Pero también en España, he visto, se duda sobre la nacionalidad
de las empresas. Lo comprobé tanto en conversaciones catedráticas
como en diálogos callejeros. Ya se sabe: atribuirle una bandera o una
patria a los capitales es una superstición. Eso mismo permite que ningún
argentino, creo, confunda a las llamadas 'empresas españolas' con 'España'
o con 'los españoles'.
Toda esta desventura está reflejando otra desaparición: la de
la política. Cuando la política no regula, regulan los monopolios.
Cuando los altos funcionarios españoles o argentinos se comportan como
gerentes de empresas, hay algo que no funciona. El dilema para España
podría ser: permitir que su política se reduzca a defender la
rentabilidad inmediata que le exigen estos capitales misteriosos (serruchando
así la rama sobre la que se asienta el propio negocio), o buscar un proyecto
iberoamericano que permita crear futuro. Y recuperar el capital más escurridizo,
sutil y valioso de esta época: la confianza.
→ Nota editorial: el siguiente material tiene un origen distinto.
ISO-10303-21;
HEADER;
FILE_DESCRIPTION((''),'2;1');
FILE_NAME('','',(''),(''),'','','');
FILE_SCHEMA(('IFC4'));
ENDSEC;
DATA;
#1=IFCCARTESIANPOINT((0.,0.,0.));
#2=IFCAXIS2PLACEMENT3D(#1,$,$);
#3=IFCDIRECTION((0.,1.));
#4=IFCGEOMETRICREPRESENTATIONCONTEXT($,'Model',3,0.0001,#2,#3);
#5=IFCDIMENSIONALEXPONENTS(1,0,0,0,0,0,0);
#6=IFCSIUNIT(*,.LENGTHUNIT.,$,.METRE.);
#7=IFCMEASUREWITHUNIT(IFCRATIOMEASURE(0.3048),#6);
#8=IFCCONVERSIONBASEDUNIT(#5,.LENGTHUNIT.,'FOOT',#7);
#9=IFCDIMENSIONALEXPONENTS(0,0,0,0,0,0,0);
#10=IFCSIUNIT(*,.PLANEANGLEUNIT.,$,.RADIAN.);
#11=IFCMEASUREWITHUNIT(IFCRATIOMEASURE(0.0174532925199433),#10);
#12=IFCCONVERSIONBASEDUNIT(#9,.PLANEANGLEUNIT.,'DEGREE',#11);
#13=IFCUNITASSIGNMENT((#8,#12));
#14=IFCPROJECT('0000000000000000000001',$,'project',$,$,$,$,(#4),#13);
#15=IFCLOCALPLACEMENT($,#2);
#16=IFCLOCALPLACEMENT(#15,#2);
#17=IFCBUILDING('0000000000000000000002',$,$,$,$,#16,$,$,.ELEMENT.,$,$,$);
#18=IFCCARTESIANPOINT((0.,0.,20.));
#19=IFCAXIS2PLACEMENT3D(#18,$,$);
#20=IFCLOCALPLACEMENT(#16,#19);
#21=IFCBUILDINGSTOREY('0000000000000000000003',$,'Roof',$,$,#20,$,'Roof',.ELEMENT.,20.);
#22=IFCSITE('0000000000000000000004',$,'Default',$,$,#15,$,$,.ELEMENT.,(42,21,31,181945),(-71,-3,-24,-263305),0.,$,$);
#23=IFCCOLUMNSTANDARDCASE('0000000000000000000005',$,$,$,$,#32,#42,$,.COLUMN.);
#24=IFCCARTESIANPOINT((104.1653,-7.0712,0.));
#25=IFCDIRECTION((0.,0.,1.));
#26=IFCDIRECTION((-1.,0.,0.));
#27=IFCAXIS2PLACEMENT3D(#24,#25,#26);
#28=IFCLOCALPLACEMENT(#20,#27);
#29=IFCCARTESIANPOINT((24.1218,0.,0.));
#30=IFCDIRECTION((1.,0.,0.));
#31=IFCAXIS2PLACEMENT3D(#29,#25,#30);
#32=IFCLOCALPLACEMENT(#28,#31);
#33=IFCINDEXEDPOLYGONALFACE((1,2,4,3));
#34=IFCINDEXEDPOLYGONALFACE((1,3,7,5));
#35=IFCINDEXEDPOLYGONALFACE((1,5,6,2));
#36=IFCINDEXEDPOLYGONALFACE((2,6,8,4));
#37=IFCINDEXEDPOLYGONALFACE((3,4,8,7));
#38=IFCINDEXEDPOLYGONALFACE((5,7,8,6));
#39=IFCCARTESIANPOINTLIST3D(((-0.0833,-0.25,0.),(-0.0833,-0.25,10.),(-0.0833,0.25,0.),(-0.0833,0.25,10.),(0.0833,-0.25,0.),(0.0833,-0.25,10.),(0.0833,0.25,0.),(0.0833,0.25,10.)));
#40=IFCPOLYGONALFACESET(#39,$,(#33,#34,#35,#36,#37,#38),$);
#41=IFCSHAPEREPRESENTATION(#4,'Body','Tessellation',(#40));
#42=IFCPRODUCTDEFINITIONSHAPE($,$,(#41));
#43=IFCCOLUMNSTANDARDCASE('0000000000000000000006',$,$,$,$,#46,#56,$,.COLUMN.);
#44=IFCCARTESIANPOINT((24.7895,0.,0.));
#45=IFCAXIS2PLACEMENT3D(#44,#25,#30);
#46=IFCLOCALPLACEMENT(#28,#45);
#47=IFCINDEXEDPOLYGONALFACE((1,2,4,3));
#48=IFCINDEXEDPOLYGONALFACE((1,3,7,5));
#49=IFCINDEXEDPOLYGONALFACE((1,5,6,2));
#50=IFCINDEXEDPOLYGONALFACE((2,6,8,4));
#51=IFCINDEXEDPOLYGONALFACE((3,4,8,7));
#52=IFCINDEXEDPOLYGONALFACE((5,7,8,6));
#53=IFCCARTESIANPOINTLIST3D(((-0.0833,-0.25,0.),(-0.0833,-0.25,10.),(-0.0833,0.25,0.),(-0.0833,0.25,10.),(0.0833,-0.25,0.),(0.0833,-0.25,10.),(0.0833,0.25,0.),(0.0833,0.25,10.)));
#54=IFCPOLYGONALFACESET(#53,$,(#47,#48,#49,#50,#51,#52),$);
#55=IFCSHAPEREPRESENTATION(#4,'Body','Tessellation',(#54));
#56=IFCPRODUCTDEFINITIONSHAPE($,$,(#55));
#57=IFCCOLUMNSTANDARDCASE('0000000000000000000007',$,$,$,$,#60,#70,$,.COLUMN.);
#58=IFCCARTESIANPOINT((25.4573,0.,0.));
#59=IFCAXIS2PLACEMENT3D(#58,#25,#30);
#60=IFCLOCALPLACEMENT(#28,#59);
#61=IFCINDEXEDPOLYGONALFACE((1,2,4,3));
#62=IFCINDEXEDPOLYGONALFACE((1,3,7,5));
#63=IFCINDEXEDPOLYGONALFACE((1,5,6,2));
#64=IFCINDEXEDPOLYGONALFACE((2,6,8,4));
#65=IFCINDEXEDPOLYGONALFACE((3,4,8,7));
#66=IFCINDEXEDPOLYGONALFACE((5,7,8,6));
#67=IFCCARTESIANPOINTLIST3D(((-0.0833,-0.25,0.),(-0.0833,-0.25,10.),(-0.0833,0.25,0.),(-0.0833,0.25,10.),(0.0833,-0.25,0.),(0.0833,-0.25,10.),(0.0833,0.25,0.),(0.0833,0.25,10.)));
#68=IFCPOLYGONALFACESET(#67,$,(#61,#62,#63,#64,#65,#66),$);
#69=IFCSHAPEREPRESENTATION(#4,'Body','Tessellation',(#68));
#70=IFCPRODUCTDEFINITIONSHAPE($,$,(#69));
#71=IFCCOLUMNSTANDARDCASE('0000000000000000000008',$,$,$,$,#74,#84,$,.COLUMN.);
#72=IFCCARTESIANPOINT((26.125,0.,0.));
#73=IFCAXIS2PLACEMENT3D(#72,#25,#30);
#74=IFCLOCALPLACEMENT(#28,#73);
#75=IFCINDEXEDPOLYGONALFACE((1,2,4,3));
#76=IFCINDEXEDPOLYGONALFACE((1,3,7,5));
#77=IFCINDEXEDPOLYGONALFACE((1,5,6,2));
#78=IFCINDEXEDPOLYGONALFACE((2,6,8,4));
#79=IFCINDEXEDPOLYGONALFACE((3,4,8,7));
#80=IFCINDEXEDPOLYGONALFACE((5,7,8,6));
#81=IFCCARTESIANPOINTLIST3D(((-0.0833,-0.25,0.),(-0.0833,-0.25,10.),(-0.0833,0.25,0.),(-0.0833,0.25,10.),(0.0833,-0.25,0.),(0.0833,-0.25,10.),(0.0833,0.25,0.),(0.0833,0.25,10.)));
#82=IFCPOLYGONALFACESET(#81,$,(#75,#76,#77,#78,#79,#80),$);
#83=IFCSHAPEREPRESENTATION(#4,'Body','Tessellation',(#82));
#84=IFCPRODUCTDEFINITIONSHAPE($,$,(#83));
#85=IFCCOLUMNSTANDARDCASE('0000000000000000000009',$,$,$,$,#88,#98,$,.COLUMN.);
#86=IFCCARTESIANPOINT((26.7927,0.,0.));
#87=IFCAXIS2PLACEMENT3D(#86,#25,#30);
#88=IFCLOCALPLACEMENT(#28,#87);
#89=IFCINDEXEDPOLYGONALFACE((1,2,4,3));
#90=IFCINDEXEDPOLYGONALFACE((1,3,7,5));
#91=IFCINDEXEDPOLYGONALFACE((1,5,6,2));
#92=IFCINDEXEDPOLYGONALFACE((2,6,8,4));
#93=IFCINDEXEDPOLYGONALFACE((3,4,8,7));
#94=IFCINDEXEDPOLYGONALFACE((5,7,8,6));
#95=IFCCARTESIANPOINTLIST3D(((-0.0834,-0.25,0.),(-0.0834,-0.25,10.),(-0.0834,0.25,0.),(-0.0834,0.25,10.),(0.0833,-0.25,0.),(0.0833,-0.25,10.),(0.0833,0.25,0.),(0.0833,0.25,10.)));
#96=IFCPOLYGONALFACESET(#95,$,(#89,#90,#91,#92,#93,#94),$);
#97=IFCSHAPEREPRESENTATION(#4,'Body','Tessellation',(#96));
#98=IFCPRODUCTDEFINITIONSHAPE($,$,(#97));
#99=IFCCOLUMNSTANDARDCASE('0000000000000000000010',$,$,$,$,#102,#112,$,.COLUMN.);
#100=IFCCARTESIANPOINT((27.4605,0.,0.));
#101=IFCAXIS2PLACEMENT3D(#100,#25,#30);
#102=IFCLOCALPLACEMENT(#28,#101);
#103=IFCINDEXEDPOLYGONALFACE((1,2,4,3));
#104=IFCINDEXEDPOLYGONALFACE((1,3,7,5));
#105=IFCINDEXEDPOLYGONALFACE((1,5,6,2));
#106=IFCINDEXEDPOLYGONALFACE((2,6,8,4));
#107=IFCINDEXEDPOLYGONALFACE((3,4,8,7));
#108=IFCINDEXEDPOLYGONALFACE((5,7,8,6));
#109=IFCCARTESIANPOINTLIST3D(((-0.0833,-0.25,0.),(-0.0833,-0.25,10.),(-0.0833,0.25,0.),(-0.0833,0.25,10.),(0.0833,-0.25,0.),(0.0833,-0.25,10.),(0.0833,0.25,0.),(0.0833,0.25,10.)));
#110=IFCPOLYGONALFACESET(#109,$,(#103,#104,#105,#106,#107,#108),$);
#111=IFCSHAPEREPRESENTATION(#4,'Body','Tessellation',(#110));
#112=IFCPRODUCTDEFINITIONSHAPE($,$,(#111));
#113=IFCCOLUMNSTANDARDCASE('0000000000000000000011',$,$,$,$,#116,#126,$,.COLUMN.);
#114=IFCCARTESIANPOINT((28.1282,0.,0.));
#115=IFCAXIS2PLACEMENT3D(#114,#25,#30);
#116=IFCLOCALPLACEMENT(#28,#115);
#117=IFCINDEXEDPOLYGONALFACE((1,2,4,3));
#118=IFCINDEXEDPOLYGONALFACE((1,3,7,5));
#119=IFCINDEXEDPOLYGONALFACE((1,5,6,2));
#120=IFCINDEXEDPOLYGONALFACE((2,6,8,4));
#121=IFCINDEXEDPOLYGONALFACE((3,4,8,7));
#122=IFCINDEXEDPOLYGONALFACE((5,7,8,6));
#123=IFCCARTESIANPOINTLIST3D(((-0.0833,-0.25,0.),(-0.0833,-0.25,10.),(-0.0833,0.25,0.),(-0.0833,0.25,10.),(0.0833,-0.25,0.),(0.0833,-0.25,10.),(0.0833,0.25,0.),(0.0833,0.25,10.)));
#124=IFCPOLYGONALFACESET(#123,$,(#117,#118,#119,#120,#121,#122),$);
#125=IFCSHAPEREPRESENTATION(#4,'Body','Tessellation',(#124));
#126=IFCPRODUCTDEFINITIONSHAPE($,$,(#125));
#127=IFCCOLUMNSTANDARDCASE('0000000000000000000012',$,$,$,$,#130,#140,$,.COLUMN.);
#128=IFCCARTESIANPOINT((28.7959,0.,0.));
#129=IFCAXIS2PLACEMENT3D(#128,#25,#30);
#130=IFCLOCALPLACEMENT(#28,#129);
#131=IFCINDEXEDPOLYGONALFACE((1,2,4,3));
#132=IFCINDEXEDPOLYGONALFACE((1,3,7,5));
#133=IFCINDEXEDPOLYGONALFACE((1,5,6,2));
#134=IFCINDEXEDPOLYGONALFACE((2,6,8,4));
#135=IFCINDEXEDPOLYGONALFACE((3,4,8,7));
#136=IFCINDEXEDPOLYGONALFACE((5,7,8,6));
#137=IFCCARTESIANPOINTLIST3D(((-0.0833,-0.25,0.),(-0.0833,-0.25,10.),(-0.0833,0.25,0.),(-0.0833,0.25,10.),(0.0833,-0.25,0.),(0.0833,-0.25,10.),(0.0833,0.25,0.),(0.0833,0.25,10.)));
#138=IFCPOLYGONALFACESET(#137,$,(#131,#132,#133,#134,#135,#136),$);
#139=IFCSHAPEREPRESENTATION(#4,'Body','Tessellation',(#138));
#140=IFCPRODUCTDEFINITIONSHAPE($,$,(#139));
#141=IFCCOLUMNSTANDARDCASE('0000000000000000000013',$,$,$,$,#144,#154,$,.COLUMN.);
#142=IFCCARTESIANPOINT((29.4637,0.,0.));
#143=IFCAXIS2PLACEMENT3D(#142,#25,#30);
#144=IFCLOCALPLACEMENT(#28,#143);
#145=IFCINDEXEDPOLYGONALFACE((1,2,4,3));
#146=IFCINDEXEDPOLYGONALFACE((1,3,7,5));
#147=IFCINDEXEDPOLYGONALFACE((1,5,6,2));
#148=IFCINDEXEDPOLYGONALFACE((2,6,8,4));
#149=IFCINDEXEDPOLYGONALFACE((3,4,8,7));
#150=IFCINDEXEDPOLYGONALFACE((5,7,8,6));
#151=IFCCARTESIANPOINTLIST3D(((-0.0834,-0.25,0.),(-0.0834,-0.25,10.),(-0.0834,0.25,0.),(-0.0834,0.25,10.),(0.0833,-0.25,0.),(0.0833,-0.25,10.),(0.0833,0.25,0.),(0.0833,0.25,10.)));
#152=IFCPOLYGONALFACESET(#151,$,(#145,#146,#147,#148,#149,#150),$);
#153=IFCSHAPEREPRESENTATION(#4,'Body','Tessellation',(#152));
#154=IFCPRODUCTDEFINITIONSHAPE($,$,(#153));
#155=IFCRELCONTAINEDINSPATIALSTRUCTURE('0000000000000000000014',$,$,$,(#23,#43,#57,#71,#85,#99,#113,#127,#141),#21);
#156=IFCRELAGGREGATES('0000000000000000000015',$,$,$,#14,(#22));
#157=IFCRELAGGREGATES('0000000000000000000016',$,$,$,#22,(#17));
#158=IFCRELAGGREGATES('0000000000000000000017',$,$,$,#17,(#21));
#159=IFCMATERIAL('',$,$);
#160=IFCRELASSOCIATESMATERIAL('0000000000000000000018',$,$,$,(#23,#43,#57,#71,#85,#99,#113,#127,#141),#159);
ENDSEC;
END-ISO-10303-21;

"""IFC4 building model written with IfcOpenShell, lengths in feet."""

from ifc_helpers import new_model, entity, si_unit, converted_unit, direction, frame, origin, place, context, project, spatial, rectangle, extrude, material, element, save


model = new_model("IFC4")

# Units and contexts
model_context = context("Model", 3, precision=0.0001, world=origin(), true_north=direction((0.0, 1.0)))
ifc_project = project(units=[converted_unit("LENGTHUNIT", "FOOT", entity("IfcRatioMeasure", 0.3048), si_unit("LENGTHUNIT", "METRE"), dimensions=[1, 0, 0, 0, 0, 0, 0]), converted_unit("PLANEANGLEUNIT", "DEGREE", entity("IfcRatioMeasure", 0.0174532925199433), si_unit("PLANEANGLEUNIT", "RADIAN"), dimensions=[0, 0, 0, 0, 0, 0, 0])], contexts=[model_context])

# Site, building, storey
site_placement = place(None, origin())
site = spatial("IfcSite", under=ifc_project, at=site_placement, Name="Default", CompositionType="ELEMENT", RefLatitude=(42, 21, 31, 181945), RefLongitude=(-71, -3, -24, -263305), RefElevation=0.0)
building_placement = place(site_placement, origin())
building = spatial("IfcBuilding", under=site, at=building_placement, CompositionType="ELEMENT")
storey_placement = place(building_placement, frame((0.0, 0.0, 20.0)))
storey = spatial("IfcBuildingStorey", under=building, at=storey_placement, Name="Roof", LongName="Roof", CompositionType="ELEMENT", Elevation=20.0)

# Columns
ifc_material = material(Name="")
placement = place(storey_placement, frame((104.1653, -7.0712, 0.0), z_axis=(0.0, 0.0, 1.0), x_axis=(-1.0, 0.0, 0.0)))
for number, where, z_axis, x_axis in (
    (1, (24.1218, 0.0, 0.0), (0.0, 0.0, 1.0), (1.0, 0.0, 0.0)),
    (2, (24.7895, 0.0, 0.0), (0.0, 0.0, 1.0), (1.0, 0.0, 0.0)),
    (3, (25.4573, 0.0, 0.0), (0.0, 0.0, 1.0), (1.0, 0.0, 0.0)),
    (4, (26.125, 0.0, 0.0), (0.0, 0.0, 1.0), (1.0, 0.0, 0.0)),
    (5, (26.7927, 0.0, 0.0), (0.0, 0.0, 1.0), (1.0, 0.0, 0.0)),
    (6, (27.4605, 0.0, 0.0), (0.0, 0.0, 1.0), (1.0, 0.0, 0.0)),
    (7, (28.1282, 0.0, 0.0), (0.0, 0.0, 1.0), (1.0, 0.0, 0.0)),
    (8, (28.7959, 0.0, 0.0), (0.0, 0.0, 1.0), (1.0, 0.0, 0.0)),
    (9, (29.4637, 0.0, 0.0), (0.0, 0.0, 1.0), (1.0, 0.0, 0.0)),
):
    element("IfcColumnStandardCase", number, at=place(placement, frame(where, z_axis=z_axis, x_axis=x_axis)), inside=storey, material=ifc_material, PredefinedType="COLUMN", context=model_context, shape_type="SweptSolid", body=[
Otra opción es que España mire de lejos, como incontaminada por
el enigma argentino, que nadie sabe cómo se resolverá. Si culminará
la miseria planificada o la profundizará. ¿Kafka y Walsh son los únicos
cronistas posibles de esta historia? ¿El desenlace será tan inesperado
como el de Nueve reinas?
Lo que nadie sabe tampoco es si el comienzo de este anticuento no es en realidad
un cierre triste, solitario y final que debería leerse así: había
una vez un país llamado Argentina.
Sergio Ciancaglini es escritor y periodista argentino, dos veces ganador
del Premio Rey de España de prensa escrita y autor de La revolución
del sentido común (Ed. Suramericana).